Do you have the ranges for those labs, please?

And, just to clarify, you are scheduled to have a TT in August? Yes? Are you on any meds now?


----------



## Mamaof4 (Jul 8, 2014)

TSH .34-5.6 (.48)
Free T4 .6-1.3 (.71)
T3, Total 90-180 (100)

Scheduled for a TT on August 20, currently on no meds.


----------



## Lovlkn (Dec 20, 2009)

You are currently hypo - If they start you on replacement prior to surgery it will need to be adjusted post TT.

They will need to begin your replacement post TT within a day or 2 of your surgery. There will be some thyroid hormone dump during the removal.


----------



## Mamaof4 (Jul 8, 2014)

Thank you for responding, this is a whole new world to me. About two months ago I found a lump under my Adam's apple and had been experiencing crazy mood swings and exhaustion. I was scheduled right away for an ultra sound and then sent right to a surgeon. I have not spoken to anyone about my thyroid levels or what to expect after surgery. If my levels are this low now, what do you think I can expect after surgery as far as replacement of the hormones? Will I feel better if my levels are stabilized to average instead of low average? Could I see weight loss? More energy??


----------



## Lovlkn (Dec 20, 2009)

It will depend if it is cancer - did they do a fine needle aspiration?

If it is cancer, they may withhold replacement medication until you have a dose of RAI should they determine you need one.

You could ask for some Cytomel if this is the case so you do not completely crash.


----------



## joplin1975 (Jul 21, 2011)

Lovlkn is right that it really depends on what the diagnosis is when you are talking about the time frame immediately after surgery.
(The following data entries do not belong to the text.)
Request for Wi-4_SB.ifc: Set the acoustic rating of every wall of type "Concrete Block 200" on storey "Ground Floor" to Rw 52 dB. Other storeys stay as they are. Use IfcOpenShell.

First a look at what the model holds.

```python
import ifcopenshell
import ifcopenshell.util.element

model = ifcopenshell.open("Wi-4_SB.ifc")
print(model.schema)
storey = next(s for s in model.by_type("IfcBuildingStorey") if s.Name == "Ground Floor")
walls = [e for e in ifcopenshell.util.element.get_decomposition(storey) if e.is_a("IfcWall")]
seen = {}
for e in walls:
    element_type = ifcopenshell.util.element.get_type(e)
    key = (element_type.Name if element_type != e and element_type else None, ifcopenshell.util.element.get_pset(e, "Pset_WallCommon", "AcousticRating"))
    seen[key] = seen.get(key, 0) + 1
for (name, value), count in sorted(seen.items(), key=str):
    print(count, "x", name, "|", value)
```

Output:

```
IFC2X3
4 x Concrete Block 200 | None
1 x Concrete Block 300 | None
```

```python
import ifcopenshell
import ifcopenshell.api.pset
import ifcopenshell.util.element

model = ifcopenshell.open("Wi-4_SB.ifc")

storey = next(s for s in model.by_type("IfcBuildingStorey") if s.Name == "Ground Floor")
walls = [e for e in ifcopenshell.util.element.get_decomposition(storey) if e.is_a("IfcWall")]

count = 0
for e in walls:
    element_type = ifcopenshell.util.element.get_type(e)
    if element_type in (None, e) or element_type.Name != "Concrete Block 200":
        continue
    # add_pset returns the element's existing set when there is one.
    pset = ifcopenshell.api.pset.add_pset(model, product=e, name="Pset_WallCommon")
    ifcopenshell.api.pset.edit_pset(model, pset=pset, properties={"AcousticRating": "Rw 52 dB"})
    count += 1

print(count, "walls updated")

model.write("Wi-4_SB_edited.ifc")
```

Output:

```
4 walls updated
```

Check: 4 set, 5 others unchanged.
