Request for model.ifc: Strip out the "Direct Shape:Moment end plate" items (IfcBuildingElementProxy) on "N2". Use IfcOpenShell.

First a look at what the model holds.

```python
import ifcopenshell
import ifcopenshell.util.element

model = ifcopenshell.open("model.ifc")
print(model.schema)
storey = next(s for s in model.by_type("IfcBuildingStorey") if s.Name == "N2")
proxies = [e for e in ifcopenshell.util.element.get_decomposition(storey) if e.is_a("IfcBuildingElementProxy")]
seen = {}
for e in proxies:
    element_type = ifcopenshell.util.element.get_type(e)
    name = element_type.Name if element_type not in (None, e) else None
    seen[name] = seen.get(name, 0) + 1
for name, count in sorted(seen.items(), key=str):
    print(count, "x", name)
```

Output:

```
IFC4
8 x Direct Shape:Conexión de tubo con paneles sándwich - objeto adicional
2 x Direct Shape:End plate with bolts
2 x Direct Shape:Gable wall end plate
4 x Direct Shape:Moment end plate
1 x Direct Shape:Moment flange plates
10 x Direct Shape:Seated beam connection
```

```python
import ifcopenshell
import ifcopenshell.api.root
import ifcopenshell.util.element

model = ifcopenshell.open("model.ifc")

storey = next(s for s in model.by_type("IfcBuildingStorey") if s.Name == "N2")
proxies = [e for e in ifcopenshell.util.element.get_decomposition(storey) if e.is_a("IfcBuildingElementProxy")]
targets = [e for e in proxies if (t := ifcopenshell.util.element.get_type(e)) not in (None, e) and t.Name == "Direct Shape:Moment end plate"]

for e in targets:
    ifcopenshell.api.root.remove_product(model, product=e)
print(len(targets), "removed")

model.write("model_edited.ifc")
```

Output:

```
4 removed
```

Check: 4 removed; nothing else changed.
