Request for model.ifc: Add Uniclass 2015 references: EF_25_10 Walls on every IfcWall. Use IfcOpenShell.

First a look at what the model holds.

```python
import ifcopenshell

model = ifcopenshell.open("model.ifc")
print(model.schema)
print("classifications:", [c.Name for c in model.by_type("IfcClassification")])
for ifc_class in ("IfcDoor", "IfcRoof", "IfcStair", "IfcWall", "IfcWindow"):
    print(ifc_class, len(model.by_type(ifc_class)))
```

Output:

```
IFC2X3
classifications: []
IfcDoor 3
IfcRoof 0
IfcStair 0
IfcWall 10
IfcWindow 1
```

```python
import ifcopenshell
import ifcopenshell.api.classification

model = ifcopenshell.open("model.ifc")

# IFC2X3 requires Source and Edition and has no link from the project to the system.
system = model.create_entity("IfcClassification", Source="NBS", Edition="2015", Name="Uniclass 2015")

codes = {
    "IfcWall": ("EF_25_10", "Walls"),
}
for ifc_class, (code, name) in codes.items():
    products = model.by_type(ifc_class)
    ifcopenshell.api.classification.add_reference(
        model, products=products, classification=system, identification=code, name=name
    )
    print(code, len(products))

model.write("model_updated.ifc")
```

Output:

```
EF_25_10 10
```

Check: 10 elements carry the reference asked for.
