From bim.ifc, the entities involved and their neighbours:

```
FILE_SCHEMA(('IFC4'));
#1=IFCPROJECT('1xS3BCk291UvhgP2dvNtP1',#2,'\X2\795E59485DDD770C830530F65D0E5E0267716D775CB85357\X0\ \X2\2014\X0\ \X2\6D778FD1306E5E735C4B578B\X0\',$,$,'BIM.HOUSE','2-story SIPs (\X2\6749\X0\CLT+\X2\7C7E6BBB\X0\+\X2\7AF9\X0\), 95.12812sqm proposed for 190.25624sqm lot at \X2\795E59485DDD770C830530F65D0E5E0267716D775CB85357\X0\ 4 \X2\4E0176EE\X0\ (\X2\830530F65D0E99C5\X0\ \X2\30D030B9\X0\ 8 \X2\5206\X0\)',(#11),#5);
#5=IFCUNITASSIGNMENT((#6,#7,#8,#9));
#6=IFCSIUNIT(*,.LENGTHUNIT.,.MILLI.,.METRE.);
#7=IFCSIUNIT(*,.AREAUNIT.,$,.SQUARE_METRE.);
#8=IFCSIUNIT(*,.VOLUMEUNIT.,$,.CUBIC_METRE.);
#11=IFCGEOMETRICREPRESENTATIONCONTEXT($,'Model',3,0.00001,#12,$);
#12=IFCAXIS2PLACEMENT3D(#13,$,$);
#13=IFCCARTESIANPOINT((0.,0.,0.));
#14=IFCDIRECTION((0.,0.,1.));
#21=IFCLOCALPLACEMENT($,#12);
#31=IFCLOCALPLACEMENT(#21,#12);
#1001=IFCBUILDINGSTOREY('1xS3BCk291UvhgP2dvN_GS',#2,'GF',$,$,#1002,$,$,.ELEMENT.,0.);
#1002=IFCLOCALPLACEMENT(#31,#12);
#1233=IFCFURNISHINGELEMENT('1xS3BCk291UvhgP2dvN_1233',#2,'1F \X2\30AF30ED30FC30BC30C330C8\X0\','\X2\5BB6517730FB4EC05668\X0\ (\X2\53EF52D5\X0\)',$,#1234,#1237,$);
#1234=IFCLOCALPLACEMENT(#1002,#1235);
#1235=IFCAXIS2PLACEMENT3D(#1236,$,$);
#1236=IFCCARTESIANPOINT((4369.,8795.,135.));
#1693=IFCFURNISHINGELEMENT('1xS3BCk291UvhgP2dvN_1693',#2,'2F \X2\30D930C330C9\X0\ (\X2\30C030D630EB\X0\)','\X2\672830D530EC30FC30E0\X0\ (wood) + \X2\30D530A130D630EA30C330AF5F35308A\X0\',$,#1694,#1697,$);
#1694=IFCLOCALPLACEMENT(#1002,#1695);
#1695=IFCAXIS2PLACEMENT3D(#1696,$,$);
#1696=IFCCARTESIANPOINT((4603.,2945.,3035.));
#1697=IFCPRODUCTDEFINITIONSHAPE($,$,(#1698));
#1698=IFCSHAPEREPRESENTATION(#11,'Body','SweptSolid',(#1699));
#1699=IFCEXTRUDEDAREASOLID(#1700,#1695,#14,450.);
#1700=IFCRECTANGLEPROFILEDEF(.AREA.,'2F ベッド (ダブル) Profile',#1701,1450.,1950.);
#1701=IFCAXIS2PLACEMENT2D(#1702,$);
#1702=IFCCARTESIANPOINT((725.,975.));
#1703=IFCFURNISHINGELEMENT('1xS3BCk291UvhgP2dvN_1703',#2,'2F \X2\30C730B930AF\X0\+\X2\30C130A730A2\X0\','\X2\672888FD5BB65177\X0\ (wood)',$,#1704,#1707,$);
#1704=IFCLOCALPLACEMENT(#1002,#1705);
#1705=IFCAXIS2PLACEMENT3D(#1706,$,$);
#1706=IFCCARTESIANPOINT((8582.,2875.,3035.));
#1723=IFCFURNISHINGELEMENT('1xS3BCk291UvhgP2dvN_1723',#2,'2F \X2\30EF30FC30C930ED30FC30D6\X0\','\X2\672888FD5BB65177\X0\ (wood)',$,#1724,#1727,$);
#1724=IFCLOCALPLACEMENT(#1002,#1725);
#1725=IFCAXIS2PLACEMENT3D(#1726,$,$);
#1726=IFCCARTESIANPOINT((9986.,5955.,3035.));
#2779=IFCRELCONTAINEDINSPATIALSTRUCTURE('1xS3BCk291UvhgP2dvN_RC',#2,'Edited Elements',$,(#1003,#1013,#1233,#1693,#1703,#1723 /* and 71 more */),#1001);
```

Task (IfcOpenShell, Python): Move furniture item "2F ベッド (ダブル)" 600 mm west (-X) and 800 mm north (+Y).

```python
import ifcopenshell
import ifcopenshell.api.geometry
import ifcopenshell.util.placement
import ifcopenshell.util.unit

model = ifcopenshell.open("bim.ifc")
unit_scale = ifcopenshell.util.unit.calculate_unit_scale(model)

item = model.by_guid("1xS3BCk291UvhgP2dvN_1693")
matrix = ifcopenshell.util.placement.get_local_placement(item.ObjectPlacement)
matrix[0, 3] -= 0.6 / unit_scale
matrix[1, 3] += 0.8 / unit_scale
ifcopenshell.api.geometry.edit_object_placement(model, product=item, matrix=matrix, is_si=False)

print(ifcopenshell.util.placement.get_local_placement(item.ObjectPlacement).round(3) + 0.0)

model.write("bim_edited.ifc")
```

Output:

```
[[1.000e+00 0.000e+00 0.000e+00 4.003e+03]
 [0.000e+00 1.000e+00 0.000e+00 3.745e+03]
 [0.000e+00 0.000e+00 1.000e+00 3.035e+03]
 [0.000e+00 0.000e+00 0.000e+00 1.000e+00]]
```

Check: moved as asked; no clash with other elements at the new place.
Long term? It really depends. There are a wide variety of medications in an even wider array of doses. It can take some time to figure out what meds you need and at what dose. Thyroid stuff can be frustrating because things change at a snail's pace. You have to wait six to eight weeks after you begin a new dose or medication to see if its right for you.

I think it took me about eight months to get labs that were considered "normal." During that time I did experience extreme fatigue, muscle and joint pain, headaches, and weight gain. Since the right dose for me has been found, I'm feeling awesome. I lost all the weight, have no pain, no fatigue and am feeling so much better than I was before surgery.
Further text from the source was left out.